La musique, la danse, la table, les liqueurs occupent nos momens de sommeil. Le Sura est entouré de feux dont la fumée sert à chasser les moustiques, insectes qui obscurcissent l'air, et dont la piqûre fait enfler comme un bœuf. J'avois remarqué qu'avant le bal tout le monde s'étoit tenu à l'écart, excepté les jeunes garçons, qui avoient paru seuls au milieu du Sura, préludant comme les athlètes par un gymnase de course et de lutte.
Mon Indien m'avoit fait cacher comme les autres, en disant que si j'avois l'imprudence de regarder avant le moment, je serois affligé de quelque grand malheur. Ainsi nos gens simples en Europe attachent leur destinée aux bonnes ou mauvaises herbes. La superstition a des temples dans les quatre parties du monde.
Comme l'âge n'a point glacé mes sens, je ne suis pas dispensé de danser avec les envoyés. Après avoir choisi celle qui m'a fait le battu content, je me cache auprès de mon guide pour me livrer au sommeil. Mais le spectacle toujours nouveau d'hommes nus en présence les uns des autres, qui de la fureur passent à l'amour, à la joie, à l'ivresse, à la chasse, à la table, à la justice, au concert, suspendoit mes paupières. N'avez-vous jamais entendu les concerts des blancs des côtes? dis-je à Hyroua.—«Je crois que ces blancs descendent du Tamouzy ou de l'Hirouca: par des lignes rouges ou noires tracées sur un petit morceau de blanc, ils se disent ce qu'ils font à vingt et trente journées de chemin; je crois qu'ils mettroient sur leur morceau de blanc jusqu'au langage de nos oiseaux.» Plus je m'efforçois de lui démontrer la simplicité de ces inventions, plus il m'en prouvoit la sublimité par son admiration. Je m'offris de l'instruire; il s'y refusa d'abord, disant qu'il ne méritoit pas de devenir le fils du grand Dieu; quand je l'eus convaincu qu'il pouvoit le devenir sans crime, que le Tamouzy lui accorderoit sa faveur, je m'étudiai à lui faire comprendre que l'habileté de l'homme consiste à distinguer la différence des signes, puis à leur donner un nom, comme à un poisson, à un oiseau, à un arc, à un boutou. Le respect balançoit dans son âme le plaisir de s'instruire.
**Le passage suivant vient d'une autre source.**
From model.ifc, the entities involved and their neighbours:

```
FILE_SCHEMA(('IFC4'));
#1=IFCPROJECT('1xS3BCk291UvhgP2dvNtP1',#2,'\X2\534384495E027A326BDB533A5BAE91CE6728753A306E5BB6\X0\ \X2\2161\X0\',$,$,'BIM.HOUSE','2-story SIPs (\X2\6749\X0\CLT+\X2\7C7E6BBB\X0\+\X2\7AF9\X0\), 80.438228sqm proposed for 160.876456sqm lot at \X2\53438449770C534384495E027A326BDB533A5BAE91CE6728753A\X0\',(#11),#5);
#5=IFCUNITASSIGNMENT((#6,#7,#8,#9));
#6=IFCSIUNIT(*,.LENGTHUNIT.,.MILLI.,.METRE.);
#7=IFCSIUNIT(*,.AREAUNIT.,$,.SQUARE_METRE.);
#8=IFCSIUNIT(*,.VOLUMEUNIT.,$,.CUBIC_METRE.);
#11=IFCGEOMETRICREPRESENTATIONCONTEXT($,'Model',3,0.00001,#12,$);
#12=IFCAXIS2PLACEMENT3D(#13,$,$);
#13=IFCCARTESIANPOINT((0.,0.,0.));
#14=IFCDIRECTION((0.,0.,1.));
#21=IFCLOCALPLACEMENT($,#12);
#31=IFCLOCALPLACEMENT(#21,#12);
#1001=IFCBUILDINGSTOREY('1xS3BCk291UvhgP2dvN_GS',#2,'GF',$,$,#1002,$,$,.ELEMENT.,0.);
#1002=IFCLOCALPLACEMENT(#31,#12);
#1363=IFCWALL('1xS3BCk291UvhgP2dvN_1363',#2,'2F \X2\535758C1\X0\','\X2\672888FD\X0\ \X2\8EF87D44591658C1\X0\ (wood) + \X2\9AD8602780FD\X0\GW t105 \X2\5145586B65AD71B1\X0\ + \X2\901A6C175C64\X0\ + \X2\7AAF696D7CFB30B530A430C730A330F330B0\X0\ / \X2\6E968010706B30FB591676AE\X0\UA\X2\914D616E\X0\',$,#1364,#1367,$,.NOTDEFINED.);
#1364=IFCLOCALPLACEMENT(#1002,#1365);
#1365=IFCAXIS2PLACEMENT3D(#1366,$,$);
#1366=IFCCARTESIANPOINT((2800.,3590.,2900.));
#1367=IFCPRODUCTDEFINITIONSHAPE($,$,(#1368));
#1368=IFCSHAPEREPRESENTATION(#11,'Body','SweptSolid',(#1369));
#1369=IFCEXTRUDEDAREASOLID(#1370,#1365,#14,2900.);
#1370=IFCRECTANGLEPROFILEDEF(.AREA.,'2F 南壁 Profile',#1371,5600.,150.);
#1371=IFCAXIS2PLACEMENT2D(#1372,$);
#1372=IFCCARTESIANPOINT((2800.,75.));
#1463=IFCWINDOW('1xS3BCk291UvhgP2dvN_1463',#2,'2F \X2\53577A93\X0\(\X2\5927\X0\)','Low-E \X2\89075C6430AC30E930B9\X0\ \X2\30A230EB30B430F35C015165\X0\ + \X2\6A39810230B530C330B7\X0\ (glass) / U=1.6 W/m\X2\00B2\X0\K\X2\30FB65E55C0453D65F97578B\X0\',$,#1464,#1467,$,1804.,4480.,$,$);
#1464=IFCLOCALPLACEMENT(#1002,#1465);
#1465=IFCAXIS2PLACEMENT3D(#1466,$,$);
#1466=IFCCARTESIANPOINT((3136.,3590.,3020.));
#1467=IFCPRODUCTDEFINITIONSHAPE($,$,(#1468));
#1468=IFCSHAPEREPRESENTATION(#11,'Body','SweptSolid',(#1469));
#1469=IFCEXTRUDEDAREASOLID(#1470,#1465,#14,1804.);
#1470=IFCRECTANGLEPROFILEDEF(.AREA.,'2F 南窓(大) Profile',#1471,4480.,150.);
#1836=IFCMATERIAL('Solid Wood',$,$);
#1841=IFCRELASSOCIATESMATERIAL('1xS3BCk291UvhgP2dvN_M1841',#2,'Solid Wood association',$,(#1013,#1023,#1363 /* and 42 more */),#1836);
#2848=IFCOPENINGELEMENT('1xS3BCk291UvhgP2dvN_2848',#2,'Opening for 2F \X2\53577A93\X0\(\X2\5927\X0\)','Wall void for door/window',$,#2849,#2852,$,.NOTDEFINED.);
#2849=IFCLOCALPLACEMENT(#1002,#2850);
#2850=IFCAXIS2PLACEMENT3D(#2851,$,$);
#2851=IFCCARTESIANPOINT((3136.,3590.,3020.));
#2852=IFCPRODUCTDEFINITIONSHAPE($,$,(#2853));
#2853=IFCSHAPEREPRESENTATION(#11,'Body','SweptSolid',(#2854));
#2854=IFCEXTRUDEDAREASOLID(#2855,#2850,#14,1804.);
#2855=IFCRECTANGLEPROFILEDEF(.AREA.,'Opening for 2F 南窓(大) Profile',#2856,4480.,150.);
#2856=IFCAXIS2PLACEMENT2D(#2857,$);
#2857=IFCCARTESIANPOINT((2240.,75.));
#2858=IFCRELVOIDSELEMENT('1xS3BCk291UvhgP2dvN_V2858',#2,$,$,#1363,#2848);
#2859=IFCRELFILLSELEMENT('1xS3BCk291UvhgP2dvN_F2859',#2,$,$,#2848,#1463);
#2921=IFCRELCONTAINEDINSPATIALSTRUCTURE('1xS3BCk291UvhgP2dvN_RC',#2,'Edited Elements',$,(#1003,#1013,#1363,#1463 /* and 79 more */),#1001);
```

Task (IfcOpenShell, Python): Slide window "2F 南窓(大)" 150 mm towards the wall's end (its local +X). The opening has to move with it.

```python
import ifcopenshell
import ifcopenshell.api.geometry
import ifcopenshell.util.placement
import ifcopenshell.util.unit

model = ifcopenshell.open("model.ifc")
unit_scale = ifcopenshell.util.unit.calculate_unit_scale(model)

window = model.by_guid("1xS3BCk291UvhgP2dvN_1463")
opening = window.FillsVoids[0].RelatingOpeningElement
wall = opening.VoidsElements[0].RelatingBuildingElement

wall_matrix = ifcopenshell.util.placement.get_local_placement(wall.ObjectPlacement)
shift = wall_matrix[:3, 0] * 0.15 / unit_scale
before = ifcopenshell.util.placement.get_local_placement(window.ObjectPlacement)[:3, 3].copy()

# The window is not placed relative to its opening, so move both.
for product in (opening, window):
    matrix = ifcopenshell.util.placement.get_local_placement(product.ObjectPlacement)
    matrix[:3, 3] += shift
    ifcopenshell.api.geometry.edit_object_placement(model, product=product, matrix=matrix, is_si=False)

after = ifcopenshell.util.placement.get_local_placement(window.ObjectPlacement)[:3, 3]
print("window moved by", (after - before).round(3) + 0.0)

model.write("model-out.ifc")
```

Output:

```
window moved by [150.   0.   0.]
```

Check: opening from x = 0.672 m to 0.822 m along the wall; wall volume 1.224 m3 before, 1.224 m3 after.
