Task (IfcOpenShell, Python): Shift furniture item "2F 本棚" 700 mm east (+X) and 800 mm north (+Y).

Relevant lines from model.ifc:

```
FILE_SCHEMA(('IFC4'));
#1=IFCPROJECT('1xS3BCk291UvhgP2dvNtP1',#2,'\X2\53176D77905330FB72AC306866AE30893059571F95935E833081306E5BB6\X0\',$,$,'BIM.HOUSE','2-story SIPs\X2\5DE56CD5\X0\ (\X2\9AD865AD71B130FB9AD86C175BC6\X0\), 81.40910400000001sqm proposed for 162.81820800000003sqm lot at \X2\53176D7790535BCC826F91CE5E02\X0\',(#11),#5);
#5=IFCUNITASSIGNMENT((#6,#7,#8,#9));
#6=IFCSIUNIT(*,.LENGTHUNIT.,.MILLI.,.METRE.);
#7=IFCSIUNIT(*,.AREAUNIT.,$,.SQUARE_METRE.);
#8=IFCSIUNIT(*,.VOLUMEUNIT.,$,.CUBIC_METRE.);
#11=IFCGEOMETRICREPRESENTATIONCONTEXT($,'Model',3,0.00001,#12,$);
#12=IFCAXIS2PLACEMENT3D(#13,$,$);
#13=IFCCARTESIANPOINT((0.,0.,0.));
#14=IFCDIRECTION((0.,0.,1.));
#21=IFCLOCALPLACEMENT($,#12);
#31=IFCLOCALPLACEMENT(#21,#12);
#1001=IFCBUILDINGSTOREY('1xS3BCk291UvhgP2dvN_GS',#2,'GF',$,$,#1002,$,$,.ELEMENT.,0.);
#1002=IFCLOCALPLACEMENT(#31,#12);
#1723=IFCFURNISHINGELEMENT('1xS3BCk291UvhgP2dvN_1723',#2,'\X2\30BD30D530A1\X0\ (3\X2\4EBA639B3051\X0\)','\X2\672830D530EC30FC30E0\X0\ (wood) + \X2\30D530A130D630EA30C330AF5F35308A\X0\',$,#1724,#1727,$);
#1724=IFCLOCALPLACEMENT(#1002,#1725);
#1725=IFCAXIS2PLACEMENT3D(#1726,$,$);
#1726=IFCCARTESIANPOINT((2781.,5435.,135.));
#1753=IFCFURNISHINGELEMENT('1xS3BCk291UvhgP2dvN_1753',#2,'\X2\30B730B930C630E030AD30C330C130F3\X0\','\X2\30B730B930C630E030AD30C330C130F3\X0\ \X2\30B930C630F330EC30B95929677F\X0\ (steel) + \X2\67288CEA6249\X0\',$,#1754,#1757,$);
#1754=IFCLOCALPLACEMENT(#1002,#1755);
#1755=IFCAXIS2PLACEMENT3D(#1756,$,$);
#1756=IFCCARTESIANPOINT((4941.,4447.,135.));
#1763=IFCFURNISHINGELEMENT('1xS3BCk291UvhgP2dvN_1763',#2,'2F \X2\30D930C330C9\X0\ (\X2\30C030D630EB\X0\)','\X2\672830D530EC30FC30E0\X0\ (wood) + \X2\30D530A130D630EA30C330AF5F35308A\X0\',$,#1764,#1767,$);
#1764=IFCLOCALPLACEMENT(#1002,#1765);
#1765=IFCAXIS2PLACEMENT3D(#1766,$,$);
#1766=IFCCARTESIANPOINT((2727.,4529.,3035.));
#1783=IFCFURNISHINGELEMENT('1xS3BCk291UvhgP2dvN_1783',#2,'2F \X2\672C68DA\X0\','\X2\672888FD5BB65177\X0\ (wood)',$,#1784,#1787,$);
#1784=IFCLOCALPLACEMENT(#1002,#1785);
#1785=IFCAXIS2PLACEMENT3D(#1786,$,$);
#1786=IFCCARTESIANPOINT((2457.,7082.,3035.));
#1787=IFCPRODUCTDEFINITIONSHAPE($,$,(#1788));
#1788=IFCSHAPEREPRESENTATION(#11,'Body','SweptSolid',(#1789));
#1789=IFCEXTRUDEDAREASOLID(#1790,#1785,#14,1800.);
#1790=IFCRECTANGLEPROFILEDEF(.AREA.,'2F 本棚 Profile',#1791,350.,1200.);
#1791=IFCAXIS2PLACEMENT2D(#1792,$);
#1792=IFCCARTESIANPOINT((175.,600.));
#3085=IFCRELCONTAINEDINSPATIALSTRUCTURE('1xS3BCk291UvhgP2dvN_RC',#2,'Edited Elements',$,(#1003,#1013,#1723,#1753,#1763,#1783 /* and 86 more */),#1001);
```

```python
import ifcopenshell
import ifcopenshell.api.geometry
import ifcopenshell.util.placement
import ifcopenshell.util.unit

model = ifcopenshell.open("model.ifc")
unit_scale = ifcopenshell.util.unit.calculate_unit_scale(model)

item = model.by_id(1783)
matrix = ifcopenshell.util.placement.get_local_placement(item.ObjectPlacement)
matrix[0, 3] += 0.7 / unit_scale
matrix[1, 3] += 0.8 / unit_scale
ifcopenshell.api.geometry.edit_object_placement(model, product=item, matrix=matrix, is_si=False)

print(ifcopenshell.util.placement.get_local_placement(item.ObjectPlacement).round(3) + 0.0)

model.write("model_edited.ifc")
```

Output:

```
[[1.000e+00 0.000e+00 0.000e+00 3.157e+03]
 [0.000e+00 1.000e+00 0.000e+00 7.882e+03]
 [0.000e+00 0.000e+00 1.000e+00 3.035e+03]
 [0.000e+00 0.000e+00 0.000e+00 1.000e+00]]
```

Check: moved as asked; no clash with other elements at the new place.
La familiarité que nous avons avec les sciences nous les rend si usuelles, que nous faisons quelquefois moins d'attention à leur sublimité qu'à la profonde ignorance de ceux qui en sont privés: l'homme de cabinet, circonscrit dans un grand cercle de connoissances spéculatives, ne se figure pas toute la différence qu'il y a d'homme à homme; et l'admiration de mon Indien pour l'écriture, l'étonnera autant que j'admire ses lumières.
Les Chinois, en voyant un de nos musiciens copier et exécuter dans cinq minutes un air qu'ils avoient été plusieurs années à apprendre, tombèrent à ses genoux en baisant son papier, ses mains et ses vêtemens, comme s'il fût descendu du ciel. (Extrait des Relations de la Chine.)